8 Reasons Why Taking A Vacation Makes You Better At Work

Workaholics please take note – a vacation is a must. So forget your guilty feelings. Trash your stoical attitude of boasting about not having had a break since the year dot. Times have changed!

We still have a long way to go but more and more employers and business owners are now realizing that taking a break may actually be more productive in the long run. However, one survey shows that half of the respondents were thinking of skipping the vacation or even taking work with them on holiday.

Another study shows that 82 percent of small business owners who took a vacation were performing better at work when they got back. An added bonus is that about a third of men who actually take this sensible step are less likely to die of heart disease. We need to face up to the truth:

  • Burnout will damage your reputation and your business.
  • You have a duty to be on top of the job.
  • Take an example from sports stars who regularly take breaks.
  • Fatigue will make relationships with stakeholders problematic.
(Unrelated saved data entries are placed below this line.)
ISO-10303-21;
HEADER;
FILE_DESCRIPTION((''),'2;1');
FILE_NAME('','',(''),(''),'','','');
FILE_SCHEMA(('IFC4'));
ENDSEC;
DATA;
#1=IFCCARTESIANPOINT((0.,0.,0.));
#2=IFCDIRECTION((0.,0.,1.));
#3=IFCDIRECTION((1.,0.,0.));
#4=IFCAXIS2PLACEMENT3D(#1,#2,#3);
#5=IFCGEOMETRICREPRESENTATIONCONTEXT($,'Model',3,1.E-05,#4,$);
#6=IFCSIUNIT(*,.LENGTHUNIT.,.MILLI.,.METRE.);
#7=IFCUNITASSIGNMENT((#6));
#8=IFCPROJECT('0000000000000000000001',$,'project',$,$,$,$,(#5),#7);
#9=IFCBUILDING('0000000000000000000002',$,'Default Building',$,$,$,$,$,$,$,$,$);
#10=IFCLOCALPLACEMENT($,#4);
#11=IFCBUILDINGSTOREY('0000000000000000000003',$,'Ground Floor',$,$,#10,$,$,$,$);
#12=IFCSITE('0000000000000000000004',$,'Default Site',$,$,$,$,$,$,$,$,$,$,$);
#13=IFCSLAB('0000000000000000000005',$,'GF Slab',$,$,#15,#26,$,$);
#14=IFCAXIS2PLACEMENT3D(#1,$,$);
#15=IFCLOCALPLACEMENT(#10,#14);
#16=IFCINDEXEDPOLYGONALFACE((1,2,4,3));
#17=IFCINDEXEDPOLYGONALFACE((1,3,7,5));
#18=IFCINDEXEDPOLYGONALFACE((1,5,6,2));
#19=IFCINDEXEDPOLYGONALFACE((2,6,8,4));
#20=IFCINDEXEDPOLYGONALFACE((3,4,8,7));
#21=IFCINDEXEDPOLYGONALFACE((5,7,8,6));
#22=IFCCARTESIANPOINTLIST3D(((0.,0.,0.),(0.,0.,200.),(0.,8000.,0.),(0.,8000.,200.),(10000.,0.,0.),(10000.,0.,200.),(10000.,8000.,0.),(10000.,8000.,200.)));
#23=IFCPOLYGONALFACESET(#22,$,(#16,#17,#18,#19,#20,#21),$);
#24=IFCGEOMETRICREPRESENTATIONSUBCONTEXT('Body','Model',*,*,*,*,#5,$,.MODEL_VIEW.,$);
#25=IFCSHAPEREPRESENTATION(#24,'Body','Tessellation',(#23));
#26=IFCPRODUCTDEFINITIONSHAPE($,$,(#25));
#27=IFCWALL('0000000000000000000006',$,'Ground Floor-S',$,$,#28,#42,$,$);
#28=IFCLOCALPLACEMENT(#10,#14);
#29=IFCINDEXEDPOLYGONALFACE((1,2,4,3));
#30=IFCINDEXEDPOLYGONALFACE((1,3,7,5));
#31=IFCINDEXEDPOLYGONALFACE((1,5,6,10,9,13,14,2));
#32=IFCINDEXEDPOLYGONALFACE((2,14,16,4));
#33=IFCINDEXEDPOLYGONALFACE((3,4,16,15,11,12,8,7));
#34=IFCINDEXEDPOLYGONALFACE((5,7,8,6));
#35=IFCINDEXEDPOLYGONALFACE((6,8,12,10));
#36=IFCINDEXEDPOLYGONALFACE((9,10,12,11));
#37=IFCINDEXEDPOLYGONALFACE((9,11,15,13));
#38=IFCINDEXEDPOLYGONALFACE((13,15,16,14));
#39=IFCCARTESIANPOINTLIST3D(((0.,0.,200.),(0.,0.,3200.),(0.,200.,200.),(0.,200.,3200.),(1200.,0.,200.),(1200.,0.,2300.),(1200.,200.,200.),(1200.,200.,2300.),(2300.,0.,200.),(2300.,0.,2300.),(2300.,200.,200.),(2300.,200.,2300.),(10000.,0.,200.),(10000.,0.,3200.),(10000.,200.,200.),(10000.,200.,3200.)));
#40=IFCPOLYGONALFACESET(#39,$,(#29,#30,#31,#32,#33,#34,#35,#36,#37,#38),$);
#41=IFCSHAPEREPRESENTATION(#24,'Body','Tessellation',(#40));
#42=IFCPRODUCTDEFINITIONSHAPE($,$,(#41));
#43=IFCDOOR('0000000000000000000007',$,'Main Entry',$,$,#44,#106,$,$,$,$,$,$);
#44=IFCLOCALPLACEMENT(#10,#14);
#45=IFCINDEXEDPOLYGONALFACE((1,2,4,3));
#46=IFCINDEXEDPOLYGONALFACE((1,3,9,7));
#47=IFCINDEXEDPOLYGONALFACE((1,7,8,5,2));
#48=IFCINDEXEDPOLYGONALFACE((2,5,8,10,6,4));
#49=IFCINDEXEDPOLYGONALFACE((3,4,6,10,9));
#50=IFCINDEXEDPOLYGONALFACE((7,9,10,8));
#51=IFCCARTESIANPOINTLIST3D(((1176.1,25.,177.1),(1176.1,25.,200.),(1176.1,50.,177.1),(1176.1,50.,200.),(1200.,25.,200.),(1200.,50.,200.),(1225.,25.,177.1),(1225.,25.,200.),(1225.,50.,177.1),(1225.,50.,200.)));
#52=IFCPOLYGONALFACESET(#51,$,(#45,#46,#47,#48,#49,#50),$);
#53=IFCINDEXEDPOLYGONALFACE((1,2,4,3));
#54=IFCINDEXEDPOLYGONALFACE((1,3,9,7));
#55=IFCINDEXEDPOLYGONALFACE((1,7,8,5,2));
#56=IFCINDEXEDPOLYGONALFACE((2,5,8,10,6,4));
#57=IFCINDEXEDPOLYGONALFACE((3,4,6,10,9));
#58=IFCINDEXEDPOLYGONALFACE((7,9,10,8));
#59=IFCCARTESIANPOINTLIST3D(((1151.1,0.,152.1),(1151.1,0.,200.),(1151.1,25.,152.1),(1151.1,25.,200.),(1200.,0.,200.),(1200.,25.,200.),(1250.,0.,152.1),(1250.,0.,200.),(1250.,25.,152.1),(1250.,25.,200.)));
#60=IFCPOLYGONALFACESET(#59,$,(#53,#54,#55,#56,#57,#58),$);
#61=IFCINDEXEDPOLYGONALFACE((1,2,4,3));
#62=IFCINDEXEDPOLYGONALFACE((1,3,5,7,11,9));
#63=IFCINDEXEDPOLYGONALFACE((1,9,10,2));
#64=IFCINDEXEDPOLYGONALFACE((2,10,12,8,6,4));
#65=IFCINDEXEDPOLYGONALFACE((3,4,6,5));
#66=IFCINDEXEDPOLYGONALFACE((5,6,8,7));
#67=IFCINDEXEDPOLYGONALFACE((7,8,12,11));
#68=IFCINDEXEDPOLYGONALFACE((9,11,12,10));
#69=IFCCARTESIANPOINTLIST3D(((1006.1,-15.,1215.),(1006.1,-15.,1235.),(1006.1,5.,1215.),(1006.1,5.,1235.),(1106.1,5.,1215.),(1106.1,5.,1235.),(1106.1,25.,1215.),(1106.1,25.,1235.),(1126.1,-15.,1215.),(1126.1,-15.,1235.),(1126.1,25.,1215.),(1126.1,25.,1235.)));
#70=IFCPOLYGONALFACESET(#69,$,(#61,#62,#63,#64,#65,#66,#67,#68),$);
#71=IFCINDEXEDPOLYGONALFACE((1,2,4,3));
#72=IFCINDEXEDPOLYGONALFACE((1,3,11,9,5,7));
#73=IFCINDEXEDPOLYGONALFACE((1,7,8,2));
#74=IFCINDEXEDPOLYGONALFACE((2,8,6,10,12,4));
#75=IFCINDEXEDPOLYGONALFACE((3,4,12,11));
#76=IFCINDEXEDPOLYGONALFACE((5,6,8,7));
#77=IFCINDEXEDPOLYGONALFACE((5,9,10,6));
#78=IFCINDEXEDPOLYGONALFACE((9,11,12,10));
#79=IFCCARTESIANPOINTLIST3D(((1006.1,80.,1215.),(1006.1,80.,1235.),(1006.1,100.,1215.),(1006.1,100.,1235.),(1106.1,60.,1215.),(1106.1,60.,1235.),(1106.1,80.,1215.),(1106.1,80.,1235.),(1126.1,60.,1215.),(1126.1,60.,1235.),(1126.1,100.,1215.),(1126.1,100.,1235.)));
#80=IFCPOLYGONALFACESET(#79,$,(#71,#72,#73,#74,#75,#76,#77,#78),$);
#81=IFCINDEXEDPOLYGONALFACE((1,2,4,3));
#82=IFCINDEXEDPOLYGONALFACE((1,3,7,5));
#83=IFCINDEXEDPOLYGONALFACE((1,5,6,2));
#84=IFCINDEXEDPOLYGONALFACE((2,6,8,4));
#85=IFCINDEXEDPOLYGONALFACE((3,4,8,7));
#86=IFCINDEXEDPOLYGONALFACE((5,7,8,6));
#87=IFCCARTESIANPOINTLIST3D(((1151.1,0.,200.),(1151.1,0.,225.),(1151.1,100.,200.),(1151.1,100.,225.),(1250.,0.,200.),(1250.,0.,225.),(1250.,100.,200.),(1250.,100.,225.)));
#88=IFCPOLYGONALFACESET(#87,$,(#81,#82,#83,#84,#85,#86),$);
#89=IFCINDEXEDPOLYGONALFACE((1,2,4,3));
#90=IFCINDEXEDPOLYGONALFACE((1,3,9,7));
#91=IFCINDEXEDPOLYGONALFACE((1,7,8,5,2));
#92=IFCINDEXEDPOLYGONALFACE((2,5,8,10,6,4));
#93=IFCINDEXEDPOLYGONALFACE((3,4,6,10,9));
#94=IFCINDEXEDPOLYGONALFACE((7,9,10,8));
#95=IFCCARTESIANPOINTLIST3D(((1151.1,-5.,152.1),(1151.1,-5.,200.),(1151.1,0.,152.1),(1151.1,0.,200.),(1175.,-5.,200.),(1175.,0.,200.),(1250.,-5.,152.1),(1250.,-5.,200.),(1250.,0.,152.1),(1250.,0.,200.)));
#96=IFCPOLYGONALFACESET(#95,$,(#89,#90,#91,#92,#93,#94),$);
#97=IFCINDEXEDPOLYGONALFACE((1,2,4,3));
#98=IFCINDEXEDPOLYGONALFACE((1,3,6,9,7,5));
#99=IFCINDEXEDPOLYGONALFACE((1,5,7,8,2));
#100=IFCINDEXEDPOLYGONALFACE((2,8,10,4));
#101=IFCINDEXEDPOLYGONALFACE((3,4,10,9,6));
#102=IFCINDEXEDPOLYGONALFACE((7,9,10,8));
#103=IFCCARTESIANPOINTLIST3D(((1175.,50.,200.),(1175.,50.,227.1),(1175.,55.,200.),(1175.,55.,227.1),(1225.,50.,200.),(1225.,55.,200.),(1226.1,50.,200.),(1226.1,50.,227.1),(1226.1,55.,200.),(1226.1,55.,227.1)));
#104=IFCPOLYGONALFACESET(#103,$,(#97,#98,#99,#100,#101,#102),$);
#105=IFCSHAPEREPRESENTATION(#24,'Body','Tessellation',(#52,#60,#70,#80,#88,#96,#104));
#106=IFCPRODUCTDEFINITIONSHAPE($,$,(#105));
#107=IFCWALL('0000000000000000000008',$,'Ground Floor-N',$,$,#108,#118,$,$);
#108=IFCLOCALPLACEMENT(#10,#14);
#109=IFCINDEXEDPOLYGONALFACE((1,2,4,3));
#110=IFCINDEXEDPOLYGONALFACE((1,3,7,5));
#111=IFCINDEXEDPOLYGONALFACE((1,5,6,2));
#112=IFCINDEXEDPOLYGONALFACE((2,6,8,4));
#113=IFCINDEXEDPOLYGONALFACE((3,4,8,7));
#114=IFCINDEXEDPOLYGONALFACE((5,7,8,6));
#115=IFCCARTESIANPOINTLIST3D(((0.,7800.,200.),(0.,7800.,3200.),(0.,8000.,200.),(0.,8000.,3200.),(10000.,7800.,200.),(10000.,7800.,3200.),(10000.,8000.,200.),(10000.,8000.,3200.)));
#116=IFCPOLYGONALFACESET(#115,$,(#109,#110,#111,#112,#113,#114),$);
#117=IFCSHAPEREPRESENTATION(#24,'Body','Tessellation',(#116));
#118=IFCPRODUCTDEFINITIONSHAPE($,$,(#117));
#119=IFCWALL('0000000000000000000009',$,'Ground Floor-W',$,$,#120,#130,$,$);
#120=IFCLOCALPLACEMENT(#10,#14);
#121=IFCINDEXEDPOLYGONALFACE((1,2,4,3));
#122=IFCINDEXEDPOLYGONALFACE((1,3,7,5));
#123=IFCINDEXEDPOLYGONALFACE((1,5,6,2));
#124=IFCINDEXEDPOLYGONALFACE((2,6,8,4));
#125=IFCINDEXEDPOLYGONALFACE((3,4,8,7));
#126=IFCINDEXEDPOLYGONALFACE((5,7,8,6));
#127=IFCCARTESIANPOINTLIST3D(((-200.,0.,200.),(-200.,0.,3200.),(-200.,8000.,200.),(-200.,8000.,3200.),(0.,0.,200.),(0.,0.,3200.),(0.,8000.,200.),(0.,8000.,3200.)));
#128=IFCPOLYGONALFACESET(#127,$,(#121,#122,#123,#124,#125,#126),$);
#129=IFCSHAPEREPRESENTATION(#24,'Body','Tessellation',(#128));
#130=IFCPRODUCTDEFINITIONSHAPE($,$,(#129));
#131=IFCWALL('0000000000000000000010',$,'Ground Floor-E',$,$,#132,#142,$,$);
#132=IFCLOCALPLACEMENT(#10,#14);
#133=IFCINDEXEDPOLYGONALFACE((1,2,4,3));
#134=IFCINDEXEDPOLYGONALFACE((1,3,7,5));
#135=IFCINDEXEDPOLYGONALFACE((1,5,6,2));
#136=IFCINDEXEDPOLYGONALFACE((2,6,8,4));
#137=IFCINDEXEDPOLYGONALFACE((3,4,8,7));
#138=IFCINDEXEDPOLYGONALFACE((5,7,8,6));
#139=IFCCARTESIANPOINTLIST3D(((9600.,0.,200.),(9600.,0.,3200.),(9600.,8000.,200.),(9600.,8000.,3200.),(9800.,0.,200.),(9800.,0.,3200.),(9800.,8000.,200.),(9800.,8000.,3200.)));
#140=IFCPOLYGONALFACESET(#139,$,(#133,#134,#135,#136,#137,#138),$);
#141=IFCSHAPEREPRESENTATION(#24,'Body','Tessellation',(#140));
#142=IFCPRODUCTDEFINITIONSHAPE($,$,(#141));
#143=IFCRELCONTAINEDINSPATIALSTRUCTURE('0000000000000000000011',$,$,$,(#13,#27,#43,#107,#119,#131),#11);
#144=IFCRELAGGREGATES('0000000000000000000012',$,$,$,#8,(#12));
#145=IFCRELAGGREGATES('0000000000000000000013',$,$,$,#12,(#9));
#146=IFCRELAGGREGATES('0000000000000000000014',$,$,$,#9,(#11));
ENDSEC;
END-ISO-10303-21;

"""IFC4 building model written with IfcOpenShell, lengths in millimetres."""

from ifc_helpers import new_model, si_unit, frame, origin_with_axes, place, context, subcontext, project, spatial, line, indexed_curve, outline, extrude, element, fill, save


model = new_model("IFC4")

# Units and contexts
model_context = context("Model", 3, precision=1e-05, world=origin_with_axes())
body_context = subcontext(model_context, "Body", "Model", "MODEL_VIEW")
ifc_project = project(units=[si_unit("LENGTHUNIT", "METRE", prefix="MILLI")], contexts=[model_context])

# Site, building, storey
site = spatial("IfcSite", under=ifc_project, Name="Default Site")
building = spatial("IfcBuilding", under=site, Name="Default Building")
storey_placement = place(None, origin_with_axes())
storey = spatial("IfcBuildingStorey", under=building, at=storey_placement, Name="Ground Floor")

# Slab
slab_placement = place(storey_placement, origin_with_axes())
element("IfcSlab", 1, at=slab_placement, inside=storey, Name="GF Slab", context=body_context, shape_type="SweptSolid", body=[
    extrude(outline(indexed_curve([(0.0, 0.0), (10000.0, 0.0), (10000.0, 8000.0), (0.0, 8000.0), (0.0, 0.0)])), None, (0.0, 0.0, 1.0), 200.0),
])

# Wall, opening, door
wall_1_placement = place(storey_placement, frame((0.0, 0.0, 200.0), z_axis=(0.0, 0.0, 1.0), x_axis=(1.0, 0.0, 0.0)))
wall_1 = element("IfcWall", 2, at=wall_1_placement, inside=storey, Name="Ground Floor-S", context=body_context, shape_type="SweptSolid", body=[
    extrude(outline(indexed_curve([(0.0, 0.0), (10000.0, 0.0), (10000.0, 200.0), (0.0, 200.0), (0.0, 0.0)])), None, (0.0, 0.0, 1.0), 3000.0),
])
opening_placement = place(wall_1_placement, origin_with_axes())
opening = element("IfcOpeningElement", 3, at=opening_placement, cuts=wall_1, context=body_context, shape_type="SweptSolid", body=[
    extrude(outline(indexed_curve([(1200.0, 0.0), (2300.0, 0.0), (2300.0, 200.0), (1200.0, 200.0), (1200.0, 0.0)])), None, (0.0, 0.0, 1.0), 2100.0),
So, here are eight reasons why taking a vacation makes you better at work. You can thank me afterwards.

1. Your office is not the place for inspiration

The work environment is hardly the place to generate new ideas, approaches and problem-solving techniques. You cannot be creative or get inspiration when you are under enormous pressure. A change of scene on a vacation can work wonders. You cannot switch off completely, but when you relax, creativity may blossom. Your mind will start asking questions you never thought of up until now. You’ll have a clearer mind because you are no longer tired.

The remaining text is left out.